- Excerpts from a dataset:
<<<<
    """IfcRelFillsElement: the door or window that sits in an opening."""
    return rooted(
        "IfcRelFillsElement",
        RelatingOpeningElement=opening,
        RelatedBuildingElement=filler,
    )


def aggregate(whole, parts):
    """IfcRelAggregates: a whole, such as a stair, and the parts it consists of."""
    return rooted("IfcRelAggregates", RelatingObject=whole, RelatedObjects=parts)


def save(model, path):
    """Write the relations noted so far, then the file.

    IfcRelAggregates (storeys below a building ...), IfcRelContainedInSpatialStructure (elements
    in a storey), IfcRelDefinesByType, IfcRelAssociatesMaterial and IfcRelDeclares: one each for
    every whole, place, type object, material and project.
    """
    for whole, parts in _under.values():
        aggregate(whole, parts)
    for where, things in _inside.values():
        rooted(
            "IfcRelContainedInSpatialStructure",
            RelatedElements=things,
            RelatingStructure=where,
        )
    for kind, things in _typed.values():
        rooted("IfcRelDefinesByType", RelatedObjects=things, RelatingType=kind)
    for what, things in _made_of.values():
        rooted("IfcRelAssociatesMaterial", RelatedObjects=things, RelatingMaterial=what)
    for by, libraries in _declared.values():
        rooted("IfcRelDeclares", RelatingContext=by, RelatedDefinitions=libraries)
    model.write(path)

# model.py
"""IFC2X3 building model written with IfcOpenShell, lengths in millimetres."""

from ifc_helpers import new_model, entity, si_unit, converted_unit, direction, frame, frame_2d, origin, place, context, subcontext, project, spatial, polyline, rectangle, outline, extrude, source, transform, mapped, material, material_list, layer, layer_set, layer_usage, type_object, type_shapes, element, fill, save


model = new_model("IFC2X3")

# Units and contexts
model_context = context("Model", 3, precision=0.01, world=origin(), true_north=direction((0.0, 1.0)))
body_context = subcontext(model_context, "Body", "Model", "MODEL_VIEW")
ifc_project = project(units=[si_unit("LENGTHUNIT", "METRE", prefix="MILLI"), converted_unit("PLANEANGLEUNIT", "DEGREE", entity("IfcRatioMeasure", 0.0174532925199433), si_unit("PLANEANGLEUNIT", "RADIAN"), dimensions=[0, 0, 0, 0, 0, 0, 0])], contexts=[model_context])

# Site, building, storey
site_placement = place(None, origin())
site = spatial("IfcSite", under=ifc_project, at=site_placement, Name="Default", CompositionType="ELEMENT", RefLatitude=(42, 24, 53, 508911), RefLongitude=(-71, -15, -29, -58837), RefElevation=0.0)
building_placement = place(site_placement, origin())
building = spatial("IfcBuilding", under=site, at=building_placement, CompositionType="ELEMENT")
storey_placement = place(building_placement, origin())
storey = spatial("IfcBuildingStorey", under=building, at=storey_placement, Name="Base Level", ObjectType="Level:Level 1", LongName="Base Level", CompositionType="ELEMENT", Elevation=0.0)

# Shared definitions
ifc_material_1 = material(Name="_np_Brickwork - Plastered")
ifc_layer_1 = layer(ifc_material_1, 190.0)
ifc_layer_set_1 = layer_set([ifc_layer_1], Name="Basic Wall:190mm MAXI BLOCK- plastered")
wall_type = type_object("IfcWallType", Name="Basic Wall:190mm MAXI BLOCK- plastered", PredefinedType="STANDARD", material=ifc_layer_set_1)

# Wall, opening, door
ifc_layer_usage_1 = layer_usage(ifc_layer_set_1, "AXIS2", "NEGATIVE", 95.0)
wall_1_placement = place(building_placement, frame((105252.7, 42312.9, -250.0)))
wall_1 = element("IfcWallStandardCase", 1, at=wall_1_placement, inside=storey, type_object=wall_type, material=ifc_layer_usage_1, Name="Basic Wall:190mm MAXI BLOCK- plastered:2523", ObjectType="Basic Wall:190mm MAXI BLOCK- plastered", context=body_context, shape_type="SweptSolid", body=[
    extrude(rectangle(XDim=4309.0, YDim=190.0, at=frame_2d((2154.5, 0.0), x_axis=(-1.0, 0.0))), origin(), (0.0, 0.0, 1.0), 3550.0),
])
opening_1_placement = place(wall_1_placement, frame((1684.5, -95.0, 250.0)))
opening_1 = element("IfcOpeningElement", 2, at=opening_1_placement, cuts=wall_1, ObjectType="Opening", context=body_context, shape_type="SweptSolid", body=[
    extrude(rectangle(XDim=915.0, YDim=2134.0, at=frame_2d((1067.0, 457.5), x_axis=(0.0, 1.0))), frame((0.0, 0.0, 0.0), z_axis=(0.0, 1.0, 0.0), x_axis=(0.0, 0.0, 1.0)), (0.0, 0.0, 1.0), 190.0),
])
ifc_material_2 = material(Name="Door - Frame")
>>>>
- Work to complete: What lines in the data include the string "libraries"? Copy each one.

- Answer section:
    for by, libraries in _declared.values():
        rooted("IfcRelDeclares", RelatingContext=by, RelatedDefinitions=libraries)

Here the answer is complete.